In June 2008, the Minister for Women and Equality clearly stated in the Government Equalities Office document, “Framework for a Fairer Future—The Equality Bill” that the Government would consider the case for representative action following the Civil Justice Council’s recommendation. In November 2008 in its final report to the Lord Chancellor, entitled “Improving Access to Justice through Collective Actions”, the council made the following recommendations:
“Recommendation 1 - A generic collective action should be introduced. Individual and discrete collective actions could also properly be introduced in the wider civil context i.e., before the CAT or the Employment Tribunal to complement the generic civil collective action.
Recommendation 2 - Collective claims should be capable of being brought by a wide range of representative parties: individual representative claimants or defendants, designated bodies, and ad hoc bodies.”
Those designated bodies could be the trade union, the EHRC or charities that represent people with disabilities. The Government have already had in-depth consultation, where representations were made that representative action should be introduced. They have had expert opinion clearly saying that representative action should be introduced. It would appear to the Liberal Democrats that the Government’s plan to look at the matter again is a delaying tactic. We do not need more consultation. We do not need to ask experts what they think. We have already had their conclusions. I would like to hear from the Minister why the Government are not taking action in the Bill to introduce representative action. It is the most obvious legislative way of dealing with the operation of employment tribunals and their jurisdiction.

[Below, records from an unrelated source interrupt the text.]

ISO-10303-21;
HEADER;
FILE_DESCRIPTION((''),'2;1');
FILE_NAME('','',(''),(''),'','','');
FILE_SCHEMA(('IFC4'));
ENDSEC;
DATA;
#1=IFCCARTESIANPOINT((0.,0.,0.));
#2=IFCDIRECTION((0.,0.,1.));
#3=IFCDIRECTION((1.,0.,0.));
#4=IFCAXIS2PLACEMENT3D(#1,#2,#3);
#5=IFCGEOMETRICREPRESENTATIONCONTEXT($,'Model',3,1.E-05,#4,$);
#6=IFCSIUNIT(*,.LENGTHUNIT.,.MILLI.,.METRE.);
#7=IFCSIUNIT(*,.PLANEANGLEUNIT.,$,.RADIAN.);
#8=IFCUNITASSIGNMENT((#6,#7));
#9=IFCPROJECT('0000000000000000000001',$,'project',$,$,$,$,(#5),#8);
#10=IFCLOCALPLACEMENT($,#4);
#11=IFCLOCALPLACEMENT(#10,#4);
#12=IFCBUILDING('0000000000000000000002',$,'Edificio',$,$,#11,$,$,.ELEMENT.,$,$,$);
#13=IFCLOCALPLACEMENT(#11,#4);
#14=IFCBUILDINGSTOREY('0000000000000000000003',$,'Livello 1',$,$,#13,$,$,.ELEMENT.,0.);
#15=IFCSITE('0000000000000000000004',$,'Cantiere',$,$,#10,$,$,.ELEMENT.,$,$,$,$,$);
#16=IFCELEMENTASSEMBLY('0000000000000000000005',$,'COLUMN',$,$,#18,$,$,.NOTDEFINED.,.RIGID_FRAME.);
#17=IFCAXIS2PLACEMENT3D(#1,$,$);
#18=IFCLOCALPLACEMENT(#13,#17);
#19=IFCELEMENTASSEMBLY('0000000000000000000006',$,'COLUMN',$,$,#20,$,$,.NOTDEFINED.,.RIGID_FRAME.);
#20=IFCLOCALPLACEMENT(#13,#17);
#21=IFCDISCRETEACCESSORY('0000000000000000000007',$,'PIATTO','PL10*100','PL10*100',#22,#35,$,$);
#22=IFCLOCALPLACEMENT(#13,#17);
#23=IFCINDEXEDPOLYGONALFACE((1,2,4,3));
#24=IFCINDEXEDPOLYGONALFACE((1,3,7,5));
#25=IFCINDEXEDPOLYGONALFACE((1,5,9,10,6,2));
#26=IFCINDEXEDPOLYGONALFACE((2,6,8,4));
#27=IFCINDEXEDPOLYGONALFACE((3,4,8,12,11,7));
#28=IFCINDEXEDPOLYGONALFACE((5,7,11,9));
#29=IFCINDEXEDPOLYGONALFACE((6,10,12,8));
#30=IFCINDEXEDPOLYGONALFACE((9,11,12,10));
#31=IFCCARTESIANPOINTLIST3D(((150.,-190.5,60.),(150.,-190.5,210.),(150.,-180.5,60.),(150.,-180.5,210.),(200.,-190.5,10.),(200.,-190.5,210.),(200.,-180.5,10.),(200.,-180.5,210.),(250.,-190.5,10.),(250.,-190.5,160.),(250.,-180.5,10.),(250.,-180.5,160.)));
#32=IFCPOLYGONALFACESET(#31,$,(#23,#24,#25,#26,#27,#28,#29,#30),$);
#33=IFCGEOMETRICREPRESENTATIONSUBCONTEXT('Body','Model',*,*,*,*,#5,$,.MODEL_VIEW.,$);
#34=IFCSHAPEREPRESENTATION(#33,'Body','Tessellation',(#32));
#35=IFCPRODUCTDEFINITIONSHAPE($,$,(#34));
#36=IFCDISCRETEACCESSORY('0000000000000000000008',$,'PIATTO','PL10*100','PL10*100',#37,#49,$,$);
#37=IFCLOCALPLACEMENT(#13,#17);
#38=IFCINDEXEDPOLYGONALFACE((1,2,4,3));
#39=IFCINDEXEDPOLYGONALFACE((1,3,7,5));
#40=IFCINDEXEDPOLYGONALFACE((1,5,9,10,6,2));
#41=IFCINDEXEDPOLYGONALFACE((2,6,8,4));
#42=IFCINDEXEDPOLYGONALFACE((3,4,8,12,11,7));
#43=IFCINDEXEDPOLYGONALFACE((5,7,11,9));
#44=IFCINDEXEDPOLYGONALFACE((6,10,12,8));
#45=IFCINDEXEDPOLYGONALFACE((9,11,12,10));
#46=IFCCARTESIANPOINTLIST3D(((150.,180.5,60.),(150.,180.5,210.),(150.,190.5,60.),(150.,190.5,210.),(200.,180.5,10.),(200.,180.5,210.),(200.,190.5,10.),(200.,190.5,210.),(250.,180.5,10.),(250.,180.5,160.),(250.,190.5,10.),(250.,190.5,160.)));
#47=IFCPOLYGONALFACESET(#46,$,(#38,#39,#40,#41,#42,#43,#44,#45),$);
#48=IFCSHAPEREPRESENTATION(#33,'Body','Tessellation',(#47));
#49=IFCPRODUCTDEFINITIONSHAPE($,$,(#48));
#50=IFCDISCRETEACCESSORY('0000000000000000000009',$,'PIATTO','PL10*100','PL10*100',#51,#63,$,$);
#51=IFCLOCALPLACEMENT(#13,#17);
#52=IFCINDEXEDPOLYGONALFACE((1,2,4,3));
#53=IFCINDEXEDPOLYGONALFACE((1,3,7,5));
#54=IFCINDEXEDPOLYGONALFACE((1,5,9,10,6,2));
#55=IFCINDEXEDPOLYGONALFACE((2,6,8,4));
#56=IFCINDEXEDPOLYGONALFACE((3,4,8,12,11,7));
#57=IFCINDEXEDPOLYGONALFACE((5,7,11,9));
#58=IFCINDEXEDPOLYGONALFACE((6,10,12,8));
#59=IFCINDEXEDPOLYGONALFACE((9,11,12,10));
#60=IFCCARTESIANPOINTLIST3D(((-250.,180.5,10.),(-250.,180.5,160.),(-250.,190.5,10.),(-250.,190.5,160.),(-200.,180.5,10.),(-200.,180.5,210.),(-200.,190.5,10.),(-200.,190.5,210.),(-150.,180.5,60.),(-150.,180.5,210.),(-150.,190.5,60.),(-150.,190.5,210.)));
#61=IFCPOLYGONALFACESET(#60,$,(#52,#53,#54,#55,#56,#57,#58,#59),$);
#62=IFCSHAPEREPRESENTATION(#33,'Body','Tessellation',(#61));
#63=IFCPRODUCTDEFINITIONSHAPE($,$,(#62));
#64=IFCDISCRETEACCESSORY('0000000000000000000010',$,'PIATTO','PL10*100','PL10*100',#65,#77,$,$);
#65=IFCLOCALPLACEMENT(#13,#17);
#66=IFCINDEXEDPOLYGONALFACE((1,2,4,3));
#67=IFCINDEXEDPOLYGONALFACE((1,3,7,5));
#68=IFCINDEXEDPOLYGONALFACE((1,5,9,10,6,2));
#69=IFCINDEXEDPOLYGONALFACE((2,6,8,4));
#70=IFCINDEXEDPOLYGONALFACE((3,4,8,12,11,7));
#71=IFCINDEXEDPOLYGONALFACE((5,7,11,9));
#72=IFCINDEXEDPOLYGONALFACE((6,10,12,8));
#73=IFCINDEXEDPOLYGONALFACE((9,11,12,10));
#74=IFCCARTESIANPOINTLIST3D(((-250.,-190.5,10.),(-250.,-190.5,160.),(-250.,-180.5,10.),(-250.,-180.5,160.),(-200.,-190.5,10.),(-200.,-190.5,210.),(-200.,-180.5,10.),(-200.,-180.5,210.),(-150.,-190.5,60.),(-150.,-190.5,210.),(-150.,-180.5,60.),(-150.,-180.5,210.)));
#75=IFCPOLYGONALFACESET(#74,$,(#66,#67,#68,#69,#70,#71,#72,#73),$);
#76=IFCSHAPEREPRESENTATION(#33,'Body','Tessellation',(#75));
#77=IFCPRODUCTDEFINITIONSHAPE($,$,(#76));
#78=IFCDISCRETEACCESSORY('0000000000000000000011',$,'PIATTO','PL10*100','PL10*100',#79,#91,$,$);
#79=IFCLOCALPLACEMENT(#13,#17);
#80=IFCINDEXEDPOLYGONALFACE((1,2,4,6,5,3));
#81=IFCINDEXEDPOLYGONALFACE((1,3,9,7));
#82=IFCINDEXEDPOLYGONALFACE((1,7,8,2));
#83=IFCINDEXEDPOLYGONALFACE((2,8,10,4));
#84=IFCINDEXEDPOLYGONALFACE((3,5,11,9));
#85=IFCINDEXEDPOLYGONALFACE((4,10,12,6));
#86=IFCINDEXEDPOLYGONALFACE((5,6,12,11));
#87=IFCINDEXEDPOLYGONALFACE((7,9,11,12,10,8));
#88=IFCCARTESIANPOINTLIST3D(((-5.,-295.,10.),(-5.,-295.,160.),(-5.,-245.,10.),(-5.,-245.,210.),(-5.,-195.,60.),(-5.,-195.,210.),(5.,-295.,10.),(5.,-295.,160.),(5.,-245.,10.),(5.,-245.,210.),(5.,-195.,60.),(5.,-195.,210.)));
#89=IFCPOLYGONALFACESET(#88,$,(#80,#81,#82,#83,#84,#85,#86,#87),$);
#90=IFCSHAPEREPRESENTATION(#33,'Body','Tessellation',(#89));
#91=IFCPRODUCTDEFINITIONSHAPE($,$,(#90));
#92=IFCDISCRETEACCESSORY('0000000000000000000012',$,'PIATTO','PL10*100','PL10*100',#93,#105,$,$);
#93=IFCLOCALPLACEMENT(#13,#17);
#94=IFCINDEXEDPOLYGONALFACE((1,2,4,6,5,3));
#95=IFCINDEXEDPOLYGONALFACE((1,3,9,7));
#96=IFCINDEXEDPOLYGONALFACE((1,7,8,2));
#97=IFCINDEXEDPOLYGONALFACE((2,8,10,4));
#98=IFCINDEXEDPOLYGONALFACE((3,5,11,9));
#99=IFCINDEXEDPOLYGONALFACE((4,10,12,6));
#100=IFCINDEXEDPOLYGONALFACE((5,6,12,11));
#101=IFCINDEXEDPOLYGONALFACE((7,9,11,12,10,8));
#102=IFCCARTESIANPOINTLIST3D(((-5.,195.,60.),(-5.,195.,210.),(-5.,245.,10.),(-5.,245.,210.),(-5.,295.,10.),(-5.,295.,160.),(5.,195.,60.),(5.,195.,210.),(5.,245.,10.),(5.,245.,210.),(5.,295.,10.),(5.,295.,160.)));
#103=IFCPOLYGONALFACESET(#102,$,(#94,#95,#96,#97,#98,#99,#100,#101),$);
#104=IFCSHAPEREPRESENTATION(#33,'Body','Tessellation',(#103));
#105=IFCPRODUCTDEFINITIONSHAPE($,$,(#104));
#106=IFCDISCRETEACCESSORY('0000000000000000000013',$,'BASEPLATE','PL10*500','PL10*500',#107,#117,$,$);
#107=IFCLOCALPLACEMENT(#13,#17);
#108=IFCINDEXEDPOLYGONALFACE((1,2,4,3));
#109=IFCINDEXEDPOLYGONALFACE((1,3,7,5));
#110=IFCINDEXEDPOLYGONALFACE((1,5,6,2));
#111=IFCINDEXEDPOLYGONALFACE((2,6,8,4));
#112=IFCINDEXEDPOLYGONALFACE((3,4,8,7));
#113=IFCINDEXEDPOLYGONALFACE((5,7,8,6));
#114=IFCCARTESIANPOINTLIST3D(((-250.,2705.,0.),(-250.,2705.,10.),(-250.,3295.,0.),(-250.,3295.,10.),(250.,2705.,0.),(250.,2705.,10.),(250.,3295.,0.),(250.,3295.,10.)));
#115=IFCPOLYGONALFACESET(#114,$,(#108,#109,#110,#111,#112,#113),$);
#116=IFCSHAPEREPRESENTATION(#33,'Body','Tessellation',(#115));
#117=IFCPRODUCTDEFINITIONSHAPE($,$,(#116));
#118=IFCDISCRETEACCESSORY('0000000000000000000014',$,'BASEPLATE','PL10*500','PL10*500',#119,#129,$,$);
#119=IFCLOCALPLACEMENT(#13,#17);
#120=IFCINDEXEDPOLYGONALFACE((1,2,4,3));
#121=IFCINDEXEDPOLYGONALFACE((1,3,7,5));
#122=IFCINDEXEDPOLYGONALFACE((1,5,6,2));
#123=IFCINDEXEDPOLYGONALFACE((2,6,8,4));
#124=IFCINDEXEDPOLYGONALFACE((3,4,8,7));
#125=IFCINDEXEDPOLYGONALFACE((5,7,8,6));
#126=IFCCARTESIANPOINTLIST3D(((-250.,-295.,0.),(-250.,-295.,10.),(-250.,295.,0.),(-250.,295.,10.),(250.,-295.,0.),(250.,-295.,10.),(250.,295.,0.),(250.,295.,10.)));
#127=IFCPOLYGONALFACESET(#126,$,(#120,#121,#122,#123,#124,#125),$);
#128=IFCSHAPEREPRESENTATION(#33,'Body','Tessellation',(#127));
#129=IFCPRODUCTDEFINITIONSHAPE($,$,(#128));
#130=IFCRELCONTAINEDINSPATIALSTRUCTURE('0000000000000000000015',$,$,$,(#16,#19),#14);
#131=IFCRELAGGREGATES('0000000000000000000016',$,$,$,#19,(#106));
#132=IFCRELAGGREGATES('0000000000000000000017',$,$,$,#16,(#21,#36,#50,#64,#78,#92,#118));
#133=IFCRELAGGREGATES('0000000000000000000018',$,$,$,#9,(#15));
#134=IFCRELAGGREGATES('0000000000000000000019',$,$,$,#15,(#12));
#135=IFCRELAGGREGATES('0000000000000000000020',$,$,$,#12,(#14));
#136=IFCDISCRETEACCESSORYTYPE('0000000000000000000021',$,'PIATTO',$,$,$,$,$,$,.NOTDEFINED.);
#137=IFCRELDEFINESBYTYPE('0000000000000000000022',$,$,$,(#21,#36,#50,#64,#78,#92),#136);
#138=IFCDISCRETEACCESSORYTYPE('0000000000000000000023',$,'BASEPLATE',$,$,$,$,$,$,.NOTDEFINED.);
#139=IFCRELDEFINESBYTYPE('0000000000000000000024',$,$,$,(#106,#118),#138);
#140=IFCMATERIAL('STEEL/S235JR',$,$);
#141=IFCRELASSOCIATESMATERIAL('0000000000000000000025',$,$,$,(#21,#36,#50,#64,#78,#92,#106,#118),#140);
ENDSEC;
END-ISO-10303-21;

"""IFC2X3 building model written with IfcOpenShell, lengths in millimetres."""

from ifc_helpers import new_model, si_unit, frame, origin_with_axes, place, context, subcontext, project, spatial, polyline, outline, extrude, material, type_object, element, aggregate, save


model = new_model("IFC2X3")

# Units and contexts
model_context = context("Model", 3, precision=1e-05, world=origin_with_axes())
body_context = subcontext(model_context, "Body", "Model", "MODEL_VIEW")
ifc_project = project(units=[si_unit("LENGTHUNIT", "METRE", prefix="MILLI"), si_unit("PLANEANGLEUNIT", "RADIAN")], contexts=[model_context])

# Site, building, storey
site_placement = place(None, origin_with_axes())
site = spatial("IfcSite", under=ifc_project, at=site_placement, Name="Cantiere", CompositionType="ELEMENT")
building_placement = place(site_placement, origin_with_axes())
building = spatial("IfcBuilding", under=site, at=building_placement, Name="Edificio", CompositionType="ELEMENT")
storey_placement = place(building_placement, origin_with_axes())
storey = spatial("IfcBuildingStorey", under=building, at=storey_placement, Name="Livello 1", CompositionType="ELEMENT", Elevation=0.0)

# Element assembly
assembly_1_placement = place(storey_placement, origin_with_axes())
assembly_1 = element("IfcElementAssembly", 1, at=assembly_1_placement, inside=storey, Name="COLUMN", AssemblyPlace="NOTDEFINED", PredefinedType="RIGID_FRAME")
ifc_material_1 = material(Name="STEEL/S235JR")

# Element assembly
assembly_2_placement = place(storey_placement, origin_with_axes())
assembly_2 = element("IfcElementAssembly", 2, at=assembly_2_placement, inside=storey, Name="COLUMN", AssemblyPlace="NOTDEFINED", PredefinedType="RIGID_FRAME")
discrete_accessory_type_1 = type_object("IfcDiscreteAccessoryType", Name="PIATTO")

# Discrete accessories
discrete_accessory_1_placement = place(assembly_1_placement, frame((150.0, -185.5, 60.0), z_axis=(0.0, -1.0, 0.0), x_axis=(0.707107, 0.0, -0.707107)))
discrete_accessory_1 = element("IfcDiscreteAccessory", 3, at=discrete_accessory_1_placement, type_object=discrete_accessory_type_1, material=ifc_material_1, Name="PIATTO", Description="PL10*100", ObjectType="PL10*100", context=body_context, shape_type="SweptSolid", body=[
    extrude(outline(polyline([(0.0, 0.0), (70.7, 0.0), (106.1, 35.4), (0.0, 141.4), (-70.7, 141.4), (-106.1, 106.1), (0.0, 0.0)])), frame((0.0, 0.0, -5.0), z_axis=(0.0, 0.0, 1.0), x_axis=(1.0, 0.0, 0.0)), (0.0, 0.0, 1.0), 10.0),
])
discrete_accessory_2_placement = place(assembly_1_placement, frame((150.0, 185.5, 60.0), z_axis=(0.0, -1.0, 0.0), x_axis=(0.707107, 0.0, -0.707107)))
discrete_accessory_2 = element("IfcDiscreteAccessory", 4, at=discrete_accessory_2_placement, type_object=discrete_accessory_type_1, material=ifc_material_1, Name="PIATTO", Description="PL10*100", ObjectType="PL10*100", context=body_context, shape_type="SweptSolid", body=[
    extrude(outline(polyline([(0.0, 0.0), (70.7, 0.0), (106.1, 35.4), (0.0, 141.4), (-70.7, 141.4), (-106.1, 106.1), (0.0, 0.0)])), frame((0.0, 0.0, -5.0), z_axis=(0.0, 0.0, 1.0), x_axis=(1.0, 0.0, 0.0)), (0.0, 0.0, 1.0), 10.0),
])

The Solicitor-General: Perhaps the hon. Lady would tell me how that would work.
Lynne Featherstone: I could write to the hon. and learned Lady in more detail about how it would work. However, my understanding from trade unions I have met with is that, where appropriate, a representative group would consider the collective argument in a case as it applies to other individuals affected in the same way. It would then take the case, with those women, to the tribunal.
The case for representative action is strong and the reason is simple. The structure of discrimination law lends itself to representative action. The law protects someone from discrimination because of their protected characteristic, so if one person can demonstrate that they have been discriminated against because of that protected characteristic, and if others in the same company, or in similar employment, with the same protected characteristic, have, or are likely to have, been treated in the same way, a representative group such as a trade union council, the EHRC or a charity—charities are not mentioned in the new clause, but perhaps they could have been—could take representative action. Rather than requiring each individual to go through the long, complicated and difficult process of bringing a case to tribunal, we should let one person represent them all.
Mr. Harper: May I unpick the hon. Lady’s line of argument? Is she arguing in favour of the new clause and representative action as a principle, is her argument driven largely by the delays and slowness of the existing tribunal system, or is she arguing both?
Lynne Featherstone: In a sense, both. It would be disingenuous to say that the backlogs have not focused the mind on this possible solution. However, the solution has merits in its own right. It would be ludicrous and resource intensive to have identical, or almost identical, employment cases involving discrimination against people with protected characteristics, and not to seek collective redress.